In 1876 Évariste sold the newspaper to Georges Schwob (1822–1892), a republican who had settled in Tours, who was succeeded by his son Maurice Schwob (1859–1928).

The newspaper's offices were initially located on rue Scribe in Nantes, then moved in 1901 to a building on Place du Commerce, along with the family apartment.

Le Phare is Nantes' main daily newspaper, alongside L'Espérance du peuple (legitimist then monarchist), founded in 1852, Le Populaire (1874; François Salières then Gaston Veil) and Le Nouvelliste de l'Ouest (1891; Catholic but accepting of the Republic). Le Phare was also distributed in the Loire-Inférieure department, but to a limited extent. However, its main competitor appeared in 1899 in Rennes: Ouest-Éclair(Christian Democrat, later Ouest-France), originally conceived as a newspaper for the whole of western France, whose total circulation quickly exceeded that of Le Phare (300,000 compared to 100,000), even though its position in Nantes remained minimal for a long time.

Among the contributors to Le Phare were Maurice's brother, the writer Marcel Schwob, his daughter Lucy (known as Claude Cahun), and his uncle Léon Cahun.

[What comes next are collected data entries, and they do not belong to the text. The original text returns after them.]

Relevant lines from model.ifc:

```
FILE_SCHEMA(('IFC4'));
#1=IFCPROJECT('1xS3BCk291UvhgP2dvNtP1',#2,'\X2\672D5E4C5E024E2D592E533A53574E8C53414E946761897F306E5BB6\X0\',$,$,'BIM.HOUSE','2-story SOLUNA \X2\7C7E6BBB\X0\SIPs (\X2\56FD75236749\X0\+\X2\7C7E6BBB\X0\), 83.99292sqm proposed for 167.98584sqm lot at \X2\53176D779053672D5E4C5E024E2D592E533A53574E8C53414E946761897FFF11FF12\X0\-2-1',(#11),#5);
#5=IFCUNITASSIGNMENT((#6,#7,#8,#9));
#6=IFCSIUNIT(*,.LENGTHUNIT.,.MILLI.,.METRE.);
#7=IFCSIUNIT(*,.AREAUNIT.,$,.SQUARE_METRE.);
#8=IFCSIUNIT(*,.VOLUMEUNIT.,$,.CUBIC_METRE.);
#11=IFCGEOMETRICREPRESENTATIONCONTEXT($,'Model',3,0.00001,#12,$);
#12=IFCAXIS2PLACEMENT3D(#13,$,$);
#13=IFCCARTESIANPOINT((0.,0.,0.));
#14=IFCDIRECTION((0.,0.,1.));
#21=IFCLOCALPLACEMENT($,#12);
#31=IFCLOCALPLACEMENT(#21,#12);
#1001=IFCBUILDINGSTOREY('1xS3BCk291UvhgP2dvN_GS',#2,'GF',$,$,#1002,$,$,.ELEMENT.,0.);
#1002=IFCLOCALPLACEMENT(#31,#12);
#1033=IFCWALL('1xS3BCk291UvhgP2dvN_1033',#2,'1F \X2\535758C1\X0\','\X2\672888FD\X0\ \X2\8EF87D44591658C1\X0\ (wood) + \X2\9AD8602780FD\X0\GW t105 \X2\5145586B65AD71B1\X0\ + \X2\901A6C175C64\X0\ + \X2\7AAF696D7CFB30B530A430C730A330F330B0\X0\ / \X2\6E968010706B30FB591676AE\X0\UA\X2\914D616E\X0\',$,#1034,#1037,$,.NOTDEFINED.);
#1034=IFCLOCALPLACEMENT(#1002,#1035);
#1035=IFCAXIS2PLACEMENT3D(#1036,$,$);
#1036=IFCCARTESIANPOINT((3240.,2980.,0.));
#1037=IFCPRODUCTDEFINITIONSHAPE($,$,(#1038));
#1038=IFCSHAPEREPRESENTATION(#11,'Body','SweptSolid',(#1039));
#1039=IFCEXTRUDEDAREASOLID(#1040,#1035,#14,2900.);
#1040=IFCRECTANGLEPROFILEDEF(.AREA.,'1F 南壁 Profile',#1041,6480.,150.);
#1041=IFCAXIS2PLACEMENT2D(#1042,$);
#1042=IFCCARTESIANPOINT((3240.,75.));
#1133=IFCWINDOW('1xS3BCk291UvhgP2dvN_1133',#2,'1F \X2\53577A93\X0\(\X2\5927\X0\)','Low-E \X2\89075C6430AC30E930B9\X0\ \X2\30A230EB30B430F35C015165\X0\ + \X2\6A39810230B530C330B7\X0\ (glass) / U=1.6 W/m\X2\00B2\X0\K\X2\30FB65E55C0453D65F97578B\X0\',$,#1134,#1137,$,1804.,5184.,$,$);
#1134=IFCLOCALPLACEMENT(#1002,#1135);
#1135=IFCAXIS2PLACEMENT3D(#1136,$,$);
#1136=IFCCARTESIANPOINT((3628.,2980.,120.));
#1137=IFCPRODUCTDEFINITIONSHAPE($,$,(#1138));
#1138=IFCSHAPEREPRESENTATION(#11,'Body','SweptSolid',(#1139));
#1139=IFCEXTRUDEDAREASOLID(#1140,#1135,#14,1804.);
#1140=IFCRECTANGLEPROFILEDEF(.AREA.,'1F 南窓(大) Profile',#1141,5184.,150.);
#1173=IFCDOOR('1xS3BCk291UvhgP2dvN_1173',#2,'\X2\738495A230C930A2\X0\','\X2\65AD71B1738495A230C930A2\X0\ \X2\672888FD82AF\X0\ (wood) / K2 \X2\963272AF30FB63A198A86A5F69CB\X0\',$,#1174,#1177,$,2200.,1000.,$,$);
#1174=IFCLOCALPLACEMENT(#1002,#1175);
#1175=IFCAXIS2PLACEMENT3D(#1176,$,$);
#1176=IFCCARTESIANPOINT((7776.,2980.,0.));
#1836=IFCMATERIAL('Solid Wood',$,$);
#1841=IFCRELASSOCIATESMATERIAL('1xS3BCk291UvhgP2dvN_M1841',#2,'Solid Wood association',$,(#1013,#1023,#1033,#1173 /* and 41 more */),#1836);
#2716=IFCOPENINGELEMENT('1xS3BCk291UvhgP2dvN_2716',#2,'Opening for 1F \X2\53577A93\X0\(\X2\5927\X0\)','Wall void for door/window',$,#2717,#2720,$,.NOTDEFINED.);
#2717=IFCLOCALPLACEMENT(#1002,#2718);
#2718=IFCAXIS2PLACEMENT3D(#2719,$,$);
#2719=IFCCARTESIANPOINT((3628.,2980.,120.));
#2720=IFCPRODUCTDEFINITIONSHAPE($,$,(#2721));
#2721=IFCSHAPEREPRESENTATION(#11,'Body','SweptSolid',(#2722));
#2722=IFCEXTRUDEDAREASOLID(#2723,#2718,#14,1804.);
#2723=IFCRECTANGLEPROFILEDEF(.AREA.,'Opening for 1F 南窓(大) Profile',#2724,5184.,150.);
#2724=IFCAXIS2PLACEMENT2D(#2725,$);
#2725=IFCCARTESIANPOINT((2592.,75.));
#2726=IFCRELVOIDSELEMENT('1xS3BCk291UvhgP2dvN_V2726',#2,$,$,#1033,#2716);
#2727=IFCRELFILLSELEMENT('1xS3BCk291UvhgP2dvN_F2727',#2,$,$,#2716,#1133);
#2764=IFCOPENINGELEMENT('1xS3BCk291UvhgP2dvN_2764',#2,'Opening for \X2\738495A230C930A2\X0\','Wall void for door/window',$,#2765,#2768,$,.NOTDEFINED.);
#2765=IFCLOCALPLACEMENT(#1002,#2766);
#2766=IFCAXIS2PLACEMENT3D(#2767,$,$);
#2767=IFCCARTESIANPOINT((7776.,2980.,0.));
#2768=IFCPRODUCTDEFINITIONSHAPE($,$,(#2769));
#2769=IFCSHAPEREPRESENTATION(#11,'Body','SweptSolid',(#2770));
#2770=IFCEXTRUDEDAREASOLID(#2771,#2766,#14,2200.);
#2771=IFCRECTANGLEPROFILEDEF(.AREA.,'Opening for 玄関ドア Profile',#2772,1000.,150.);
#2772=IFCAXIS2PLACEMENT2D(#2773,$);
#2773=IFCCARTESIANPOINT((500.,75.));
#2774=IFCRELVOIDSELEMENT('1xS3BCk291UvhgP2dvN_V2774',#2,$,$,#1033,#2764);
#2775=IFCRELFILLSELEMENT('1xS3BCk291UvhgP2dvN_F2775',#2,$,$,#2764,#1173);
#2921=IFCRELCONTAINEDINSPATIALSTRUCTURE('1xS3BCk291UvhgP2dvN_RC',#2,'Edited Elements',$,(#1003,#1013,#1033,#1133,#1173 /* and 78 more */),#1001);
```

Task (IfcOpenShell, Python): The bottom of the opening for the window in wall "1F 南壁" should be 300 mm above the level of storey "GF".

```python
import numpy as np
import ifcopenshell
import ifcopenshell.api.geometry
import ifcopenshell.geom
import ifcopenshell.util.element
import ifcopenshell.util.placement
import ifcopenshell.util.shape
import ifcopenshell.util.unit

model = ifcopenshell.open("model.ifc")
unit_scale = ifcopenshell.util.unit.calculate_unit_scale(model)

window = model.by_guid("1xS3BCk291UvhgP2dvN_1133")
opening = window.FillsVoids[0].RelatingOpeningElement
storey = ifcopenshell.util.element.get_container(window, ifc_class="IfcBuildingStorey")
level = ifcopenshell.util.placement.get_local_placement(storey.ObjectPlacement)[2, 3]

# The opening's origin need not be at the sill, so measure its lowest point.
shape = ifcopenshell.geom.create_shape(ifcopenshell.geom.settings(), opening)
bottom = ifcopenshell.util.shape.get_shape_bottom_elevation(shape, shape.geometry) / unit_scale
dz = level + 0.3 / unit_scale - bottom

shift = np.array([0.0, 0.0, dz])
# The window is not placed relative to its opening, so move both.
for product in (opening, window):
    matrix = ifcopenshell.util.placement.get_local_placement(product.ObjectPlacement)
    matrix[:3, 3] += shift
    ifcopenshell.api.geometry.edit_object_placement(model, product=product, matrix=matrix, is_si=False)

print(f"moved by {dz * unit_scale:+.3f} m")

model.write("model_edited.ifc")
```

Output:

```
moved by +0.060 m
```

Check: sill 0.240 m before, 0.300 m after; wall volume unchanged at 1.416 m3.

Before World War I Maurice Schwob took control of the Imprimerie du Commerce printing company, and through it, Le Populaire. In 1919, he reorganized the family business into a group of corporations: the publishing company Le Phare, the printing company, and the Librairie du Commerce bookstore (located in the newspaper's building).

In the 1920s, knowing that his two children, Georges and Lucy, had no intention of taking over the newspaper, Maurice Schwob chose a successor from among the Nantes Republicans, in the person of Francis Portais (1869–1945).

=== Francis Portais period ===
He came from a poor family in the Barbin neighborhood; after completing an apprenticeship as a cabinetmaker, he worked in various commercial professions and became politically active in socialist circles. In the 1890s, he was elected to municipal office and became a leading supporter of Dreyfusard. By 1928, he had shifted to the right, but remained a staunch republican, and it was in this capacity that Maurice Schwob entrusted him with the newspaper.

==== German occupation ====
In 1940, the newspaper was suspended when the Germans arrived on June 19; after a meeting between Francis Portais and Feldkommandant Hotz (1 July),it reappeared on July 3, under the strict control of German censorship, led by Lieutenant Menny.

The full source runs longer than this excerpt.